### GOAL OF THE EXERCISE
Should a line in the entries below contain "IFCPOLYGONALFACESET", return that line.

++++ DATA FOR ANALYSIS

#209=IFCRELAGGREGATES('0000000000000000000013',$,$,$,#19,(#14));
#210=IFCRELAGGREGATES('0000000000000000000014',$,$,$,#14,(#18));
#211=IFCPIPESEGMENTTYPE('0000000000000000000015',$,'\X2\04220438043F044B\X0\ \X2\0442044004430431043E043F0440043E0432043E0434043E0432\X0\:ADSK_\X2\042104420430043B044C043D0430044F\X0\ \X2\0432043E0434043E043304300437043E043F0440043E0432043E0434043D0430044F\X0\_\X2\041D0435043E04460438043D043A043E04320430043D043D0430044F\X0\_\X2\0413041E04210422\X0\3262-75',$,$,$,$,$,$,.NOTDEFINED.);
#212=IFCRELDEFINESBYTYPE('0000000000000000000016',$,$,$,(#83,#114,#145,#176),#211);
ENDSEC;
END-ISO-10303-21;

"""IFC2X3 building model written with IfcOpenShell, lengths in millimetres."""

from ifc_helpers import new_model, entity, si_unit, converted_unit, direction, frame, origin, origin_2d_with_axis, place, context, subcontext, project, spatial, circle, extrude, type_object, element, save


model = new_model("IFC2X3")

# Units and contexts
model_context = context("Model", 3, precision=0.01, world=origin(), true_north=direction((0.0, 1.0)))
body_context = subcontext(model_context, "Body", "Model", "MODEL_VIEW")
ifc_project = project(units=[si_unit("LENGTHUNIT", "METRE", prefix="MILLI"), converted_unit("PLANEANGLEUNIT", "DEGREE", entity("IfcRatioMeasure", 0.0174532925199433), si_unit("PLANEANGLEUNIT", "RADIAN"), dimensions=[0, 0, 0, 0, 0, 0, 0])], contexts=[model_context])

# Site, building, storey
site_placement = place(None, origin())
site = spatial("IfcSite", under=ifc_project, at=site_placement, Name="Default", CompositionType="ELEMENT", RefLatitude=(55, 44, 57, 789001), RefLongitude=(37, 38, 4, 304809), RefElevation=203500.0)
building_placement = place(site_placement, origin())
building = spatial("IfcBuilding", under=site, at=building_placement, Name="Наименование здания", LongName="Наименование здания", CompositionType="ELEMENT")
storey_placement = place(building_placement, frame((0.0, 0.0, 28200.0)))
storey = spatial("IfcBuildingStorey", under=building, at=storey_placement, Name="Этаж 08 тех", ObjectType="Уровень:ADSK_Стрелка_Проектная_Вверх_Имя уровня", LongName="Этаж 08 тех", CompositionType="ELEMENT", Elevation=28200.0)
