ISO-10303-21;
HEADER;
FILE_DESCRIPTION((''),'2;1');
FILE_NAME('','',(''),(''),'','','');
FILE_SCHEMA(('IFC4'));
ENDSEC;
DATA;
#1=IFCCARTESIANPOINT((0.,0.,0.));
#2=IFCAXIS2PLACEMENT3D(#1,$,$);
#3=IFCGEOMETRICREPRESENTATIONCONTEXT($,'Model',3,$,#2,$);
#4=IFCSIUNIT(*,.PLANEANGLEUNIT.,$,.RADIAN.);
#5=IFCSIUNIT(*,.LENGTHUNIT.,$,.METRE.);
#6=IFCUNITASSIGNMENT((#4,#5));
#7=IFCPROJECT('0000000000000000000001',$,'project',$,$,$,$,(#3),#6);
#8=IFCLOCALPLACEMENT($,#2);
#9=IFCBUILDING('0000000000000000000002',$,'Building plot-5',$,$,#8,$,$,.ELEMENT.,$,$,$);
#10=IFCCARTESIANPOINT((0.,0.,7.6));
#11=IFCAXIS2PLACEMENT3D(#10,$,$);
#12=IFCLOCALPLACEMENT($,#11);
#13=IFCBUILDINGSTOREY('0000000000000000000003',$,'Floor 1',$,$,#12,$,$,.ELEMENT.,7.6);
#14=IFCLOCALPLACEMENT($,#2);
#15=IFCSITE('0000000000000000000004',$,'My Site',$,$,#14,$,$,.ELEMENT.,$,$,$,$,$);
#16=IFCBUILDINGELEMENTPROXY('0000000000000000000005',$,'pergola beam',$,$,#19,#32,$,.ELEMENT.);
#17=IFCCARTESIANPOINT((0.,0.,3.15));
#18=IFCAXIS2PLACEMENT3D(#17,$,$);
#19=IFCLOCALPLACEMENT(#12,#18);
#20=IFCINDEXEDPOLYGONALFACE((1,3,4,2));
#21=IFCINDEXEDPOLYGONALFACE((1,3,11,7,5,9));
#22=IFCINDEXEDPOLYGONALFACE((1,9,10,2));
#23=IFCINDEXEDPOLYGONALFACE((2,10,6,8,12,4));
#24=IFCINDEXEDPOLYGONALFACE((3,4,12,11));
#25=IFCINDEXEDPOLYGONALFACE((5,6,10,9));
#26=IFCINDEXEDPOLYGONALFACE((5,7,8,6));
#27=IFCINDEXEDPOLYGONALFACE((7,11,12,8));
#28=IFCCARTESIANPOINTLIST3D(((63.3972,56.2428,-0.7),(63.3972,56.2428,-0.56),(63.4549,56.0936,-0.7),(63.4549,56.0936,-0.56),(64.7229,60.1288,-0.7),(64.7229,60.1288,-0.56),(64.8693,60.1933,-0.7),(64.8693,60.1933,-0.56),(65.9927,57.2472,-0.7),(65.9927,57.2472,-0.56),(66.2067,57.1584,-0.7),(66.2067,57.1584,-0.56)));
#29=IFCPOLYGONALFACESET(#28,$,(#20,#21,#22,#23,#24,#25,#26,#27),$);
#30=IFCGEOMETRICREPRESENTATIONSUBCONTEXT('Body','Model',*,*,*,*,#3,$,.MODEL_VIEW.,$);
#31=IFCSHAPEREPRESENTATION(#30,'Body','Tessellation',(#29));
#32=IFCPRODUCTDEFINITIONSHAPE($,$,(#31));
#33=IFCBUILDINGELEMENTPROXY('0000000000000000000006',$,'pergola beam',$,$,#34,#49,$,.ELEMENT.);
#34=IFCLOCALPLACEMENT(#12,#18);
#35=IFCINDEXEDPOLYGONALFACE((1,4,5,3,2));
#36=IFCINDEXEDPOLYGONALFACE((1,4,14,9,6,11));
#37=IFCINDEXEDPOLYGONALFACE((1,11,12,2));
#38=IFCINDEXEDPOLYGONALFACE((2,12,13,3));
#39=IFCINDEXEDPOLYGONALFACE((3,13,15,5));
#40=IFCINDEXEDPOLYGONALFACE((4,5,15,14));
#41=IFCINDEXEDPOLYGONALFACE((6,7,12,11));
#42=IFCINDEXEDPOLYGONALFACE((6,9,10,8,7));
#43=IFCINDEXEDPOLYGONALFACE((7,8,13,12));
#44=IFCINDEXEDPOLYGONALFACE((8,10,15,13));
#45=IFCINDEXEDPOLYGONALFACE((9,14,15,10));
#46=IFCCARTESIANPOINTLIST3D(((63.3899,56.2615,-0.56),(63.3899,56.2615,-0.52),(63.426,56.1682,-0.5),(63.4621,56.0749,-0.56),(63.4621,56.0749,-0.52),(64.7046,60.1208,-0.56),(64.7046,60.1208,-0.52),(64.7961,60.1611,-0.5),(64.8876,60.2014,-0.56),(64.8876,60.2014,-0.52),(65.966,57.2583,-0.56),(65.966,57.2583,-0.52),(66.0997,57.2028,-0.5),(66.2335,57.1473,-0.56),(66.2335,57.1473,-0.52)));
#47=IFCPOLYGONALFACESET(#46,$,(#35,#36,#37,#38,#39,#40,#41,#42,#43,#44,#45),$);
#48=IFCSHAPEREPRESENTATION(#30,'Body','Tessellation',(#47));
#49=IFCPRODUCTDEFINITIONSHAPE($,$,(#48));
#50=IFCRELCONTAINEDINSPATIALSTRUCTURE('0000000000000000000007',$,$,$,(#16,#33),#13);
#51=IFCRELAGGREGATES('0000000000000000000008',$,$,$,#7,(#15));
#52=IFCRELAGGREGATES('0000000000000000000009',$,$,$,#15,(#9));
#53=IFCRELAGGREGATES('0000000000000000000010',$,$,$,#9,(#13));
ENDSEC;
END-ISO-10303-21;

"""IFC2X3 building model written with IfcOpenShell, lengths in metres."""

from ifc_helpers import new_model, entity, si_unit, frame, origin, place, context, subcontext, project, spatial, element, save


model = new_model("IFC2X3")

# Units and contexts
model_context = context("Model", 3, world=origin())
body_context = subcontext(model_context, "Body", "Model", "MODEL_VIEW")
ifc_project = project(units=[si_unit("PLANEANGLEUNIT", "RADIAN"), si_unit("LENGTHUNIT", "METRE")], contexts=[model_context])

# Site, building, storey
site_placement = place(None, origin())
site = spatial("IfcSite", under=ifc_project, at=site_placement, Name="My Site", CompositionType="ELEMENT")
building_placement = place(None, origin())
building = spatial("IfcBuilding", under=site, at=building_placement, Name="Building plot-5", CompositionType="ELEMENT")
storey_placement = place(None, frame((0.0, 0.0, 7.6)))
storey = spatial("IfcBuildingStorey", under=building, at=storey_placement, Name="Floor 1", CompositionType="ELEMENT", Elevation=7.6)

# Building element proxies
proxy_1_placement = place(storey_placement, frame((0.0, 0.0, 3.15)))
axis2_placement3_d_1 = entity("IfcAxis2Placement3D", entity("IfcCartesianPoint", [0.0, 0.0, 0.0]))
element("IfcBuildingElementProxy", 1, at=proxy_1_placement, inside=storey, Name="pergola beam", CompositionType="ELEMENT", context=body_context, shape_type="SweptSolid", held_by="IfcProductRepresentation", body=[
    entity("IfcSurfaceCurveSweptAreaSolid", entity("IfcArbitraryClosedProfileDef", "AREA", None, entity("IfcPolyline", [entity("IfcCartesianPoint", [-0.7, -0.08]), entity("IfcCartesianPoint", [-0.7, 0.08]), entity("IfcCartesianPoint", [-0.56, 0.08]), entity("IfcCartesianPoint", [-0.56, -0.08]), entity("IfcCartesianPoint", [-0.7, -0.08])])), axis2_placement3_d_1, entity("IfcPolyline", [entity("IfcCartesianPoint", [63.426, 56.1682]), entity("IfcCartesianPoint", [66.0997, 57.2028]), entity("IfcCartesianPoint", [64.7961, 60.1611])]), 0.0, 1.0, entity("IfcPlane", axis2_placement3_d_1)),
])
proxy_2_placement = place(storey_placement, frame((0.0, 0.0, 3.15)))
axis2_placement3_d_2 = entity("IfcAxis2Placement3D", entity("IfcCartesianPoint", [0.0, 0.0, 0.0]))
element("IfcBuildingElementProxy", 2, at=proxy_2_placement, inside=storey, Name="pergola beam", CompositionType="ELEMENT", context=body_context, shape_type="SweptSolid", held_by="IfcProductRepresentation", body=[
    entity("IfcSurfaceCurveSweptAreaSolid", entity("IfcArbitraryClosedProfileDef", "AREA", None, entity("IfcPolyline", [entity("IfcCartesianPoint", [-0.5, 0.0]), entity("IfcCartesianPoint", [-0.52, -0.1]), entity("IfcCartesianPoint", [-0.56, -0.1]), entity("IfcCartesianPoint", [-0.56, 0.1]), entity("IfcCartesianPoint", [-0.52, 0.1]), entity("IfcCartesianPoint", [-0.5, 0.0])])), axis2_placement3_d_2, entity("IfcPolyline", [entity("IfcCartesianPoint", [63.426, 56.1682]), entity("IfcCartesianPoint", [66.0997, 57.2028]), entity("IfcCartesianPoint", [64.7961, 60.1611])]), 0.0, 1.0, entity("IfcPlane", axis2_placement3_d_2)),
])

save(model, "model.ifc")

++++++++

### RESULT FOR THIS EXERCISE
#29=IFCPOLYGONALFACESET(#28,$,(#20,#21,#22,#23,#24,#25,#26,#27),$);
#47=IFCPOLYGONALFACESET(#46,$,(#35,#36,#37,#38,#39,#40,#41,#42,#43,#44,#45),$);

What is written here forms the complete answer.